The free-field secondary calibration of measuring microphones and type approvals of sound level meters (SLMs), among other things, belong to the legal tasks of Working Group 1.63 "Noise-Measuring Technology". One of the numerous tests performed for type approvals is the directional response pattern test in which the tested object has to show that sound coming from all possible directions of incidence is equally evaluated.
Both measuring stations – that for microphone calibration and that for SLM directional response pattern testing – are very similar, as far as the basic arrangement is concerned. In the case of both measuring stations, the prescribed test frequencies are individually excited using sinusoidal sound signals. In times of FFT and real-time analysers, this may sound obsolete, is, however, justified by the fact that for these precision measurements, low measurement uncertainties are required which can only be obtained by means of sinusoidal sound signal excitation. The disadvantage of this method is that it is time-consuming due to the fact that it requires numerous individual measurements. Hence, the corresponding measurement specifications are limited to the frequencies which are absolutely necessary. Thus, a measurement of the directional response pattern can take 12 to 24 hours – depending on the test object – the spectral resolution, however, is so low that distorting influences caused by reflections on the test object or on the stand's fixtures cannot be differentiated or even detected. Much experience is required and it may even be necessary to carry out additional measurements in order to ensure PTB-worthy quality.
Within the scope of a degree dissertation [1], both measuring stations were completed in such a way that in addition to the sinusoidal sound signals required in the standards, also measurements can be carried out on the basis of broadband excitation with sweep signals and a two-channel FFT analyser (Fig. 1).

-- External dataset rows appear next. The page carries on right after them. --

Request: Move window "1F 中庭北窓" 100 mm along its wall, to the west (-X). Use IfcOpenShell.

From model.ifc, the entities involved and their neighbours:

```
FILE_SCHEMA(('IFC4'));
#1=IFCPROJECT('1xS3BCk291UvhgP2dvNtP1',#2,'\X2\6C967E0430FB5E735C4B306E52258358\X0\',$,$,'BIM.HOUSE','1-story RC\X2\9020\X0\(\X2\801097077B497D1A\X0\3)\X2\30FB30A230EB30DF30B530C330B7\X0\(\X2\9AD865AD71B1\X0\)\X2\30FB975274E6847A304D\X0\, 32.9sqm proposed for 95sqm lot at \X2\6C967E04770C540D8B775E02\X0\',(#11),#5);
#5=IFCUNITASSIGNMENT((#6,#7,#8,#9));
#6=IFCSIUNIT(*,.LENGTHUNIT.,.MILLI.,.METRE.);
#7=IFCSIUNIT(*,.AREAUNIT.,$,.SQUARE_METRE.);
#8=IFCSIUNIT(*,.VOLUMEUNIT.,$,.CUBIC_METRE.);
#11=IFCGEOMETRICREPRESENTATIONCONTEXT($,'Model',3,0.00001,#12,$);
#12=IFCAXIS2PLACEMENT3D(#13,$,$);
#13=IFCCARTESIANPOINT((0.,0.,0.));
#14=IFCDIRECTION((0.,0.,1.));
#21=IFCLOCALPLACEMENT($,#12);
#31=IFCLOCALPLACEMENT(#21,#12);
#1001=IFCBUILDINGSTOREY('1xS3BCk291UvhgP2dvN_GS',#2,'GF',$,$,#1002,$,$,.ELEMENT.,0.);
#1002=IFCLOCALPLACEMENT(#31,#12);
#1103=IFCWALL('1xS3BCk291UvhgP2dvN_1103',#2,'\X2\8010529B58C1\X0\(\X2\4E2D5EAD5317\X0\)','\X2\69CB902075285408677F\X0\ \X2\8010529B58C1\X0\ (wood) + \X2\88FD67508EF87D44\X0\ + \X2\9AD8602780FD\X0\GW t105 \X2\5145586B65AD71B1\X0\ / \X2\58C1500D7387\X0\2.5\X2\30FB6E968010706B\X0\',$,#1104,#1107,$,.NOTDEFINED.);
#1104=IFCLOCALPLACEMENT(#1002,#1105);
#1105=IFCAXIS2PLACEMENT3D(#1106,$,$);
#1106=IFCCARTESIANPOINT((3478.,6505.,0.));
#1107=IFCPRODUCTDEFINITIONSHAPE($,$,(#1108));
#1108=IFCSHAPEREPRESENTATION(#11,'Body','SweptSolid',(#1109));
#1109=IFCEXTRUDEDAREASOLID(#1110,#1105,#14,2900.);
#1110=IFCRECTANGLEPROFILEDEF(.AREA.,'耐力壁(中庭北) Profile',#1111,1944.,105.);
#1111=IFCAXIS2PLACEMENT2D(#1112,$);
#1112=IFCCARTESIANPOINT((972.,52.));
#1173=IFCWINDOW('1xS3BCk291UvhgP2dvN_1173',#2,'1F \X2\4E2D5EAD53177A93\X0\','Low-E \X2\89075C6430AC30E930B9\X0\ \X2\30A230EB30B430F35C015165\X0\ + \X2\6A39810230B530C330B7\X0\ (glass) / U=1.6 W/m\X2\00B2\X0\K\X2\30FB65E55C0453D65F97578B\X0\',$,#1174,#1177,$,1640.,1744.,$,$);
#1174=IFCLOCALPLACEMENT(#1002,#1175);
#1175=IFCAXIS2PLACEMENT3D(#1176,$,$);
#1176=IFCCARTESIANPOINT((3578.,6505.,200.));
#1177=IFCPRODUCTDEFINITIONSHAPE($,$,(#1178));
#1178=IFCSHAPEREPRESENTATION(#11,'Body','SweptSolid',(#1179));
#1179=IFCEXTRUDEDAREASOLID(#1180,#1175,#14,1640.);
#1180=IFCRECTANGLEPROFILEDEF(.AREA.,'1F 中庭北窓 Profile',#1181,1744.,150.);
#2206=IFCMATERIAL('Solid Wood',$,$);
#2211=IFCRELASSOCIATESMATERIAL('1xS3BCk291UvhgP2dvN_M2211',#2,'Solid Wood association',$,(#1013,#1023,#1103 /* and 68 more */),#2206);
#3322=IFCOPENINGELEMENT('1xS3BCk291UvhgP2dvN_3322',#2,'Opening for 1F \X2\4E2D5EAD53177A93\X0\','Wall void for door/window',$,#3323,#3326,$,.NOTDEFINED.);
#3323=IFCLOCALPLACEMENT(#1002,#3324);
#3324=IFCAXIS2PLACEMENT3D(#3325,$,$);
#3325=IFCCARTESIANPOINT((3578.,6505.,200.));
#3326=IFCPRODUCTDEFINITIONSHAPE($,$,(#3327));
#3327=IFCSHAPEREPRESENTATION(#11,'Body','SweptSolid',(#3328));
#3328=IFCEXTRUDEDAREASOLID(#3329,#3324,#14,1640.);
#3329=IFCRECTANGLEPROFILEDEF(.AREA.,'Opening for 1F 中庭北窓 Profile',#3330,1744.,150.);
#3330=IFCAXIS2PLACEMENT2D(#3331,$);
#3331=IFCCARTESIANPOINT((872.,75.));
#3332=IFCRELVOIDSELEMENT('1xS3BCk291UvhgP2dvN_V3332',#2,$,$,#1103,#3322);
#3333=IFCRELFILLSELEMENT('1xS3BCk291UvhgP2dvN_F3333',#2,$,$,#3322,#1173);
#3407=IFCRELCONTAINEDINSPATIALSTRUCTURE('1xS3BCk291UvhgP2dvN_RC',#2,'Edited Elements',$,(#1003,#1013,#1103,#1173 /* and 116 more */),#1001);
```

```python
import ifcopenshell
import ifcopenshell.api.geometry
import ifcopenshell.util.placement

model = ifcopenshell.open("model.ifc")

window = model.by_guid("1xS3BCk291UvhgP2dvN_1173")
opening = window.FillsVoids[0].RelatingOpeningElement
wall = opening.VoidsElements[0].RelatingBuildingElement

wall_matrix = ifcopenshell.util.placement.get_local_placement(wall.ObjectPlacement)
shift = wall_matrix[:3, 0] * -100.0
before = ifcopenshell.util.placement.get_local_placement(window.ObjectPlacement)[:3, 3].copy()

# The window is not placed relative to its opening, so move both.
for product in (opening, window):
    matrix = ifcopenshell.util.placement.get_local_placement(product.ObjectPlacement)
    matrix[:3, 3] += shift
    ifcopenshell.api.geometry.edit_object_placement(model, product=product, matrix=matrix, is_si=False)

after = ifcopenshell.util.placement.get_local_placement(window.ObjectPlacement)[:3, 3]
print("window moved by", (after - before).round(3) + 0.0)

model.write("model_edited.ifc")
```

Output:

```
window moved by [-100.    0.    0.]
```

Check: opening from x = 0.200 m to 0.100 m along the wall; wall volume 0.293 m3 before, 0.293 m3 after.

Figure 1: Comparison of the measured sensitivity level of a typical 1/2" measuring microphone (WS2P), once with the standard method using sinusoidal sound signals, and once using the broadband method.

As a direct consequence, the measurement time is significantly reduced: instead of performing 30 to 40 individual measurements over several hours for just as many frequencies, the determination of a spectrum with 800 or more frequency lines only takes a few minutes. The gain of time brings about several advantages: further measurements can be carried out in order to obtain additional test frequencies, averagings over measurement values and, in the case of the directional response pattern, an improved angular resolution. It makes it possible to identify, e.g., reflections more easily (see Fig. 2). But also the reproducibility of the measurement is improved so that the corresponding contribution to the measurement uncertainty turned out to be much lower than when using the time-consuming sinusoidal sound signal method. Although various hypotheses are necessary in the broadband method which bring about additional contributions to the measurement uncertainty, the low total uncertainty can be maintained in the case of microphone calibration and even be reduced to some extent in the case of SLM directional response pattern testing.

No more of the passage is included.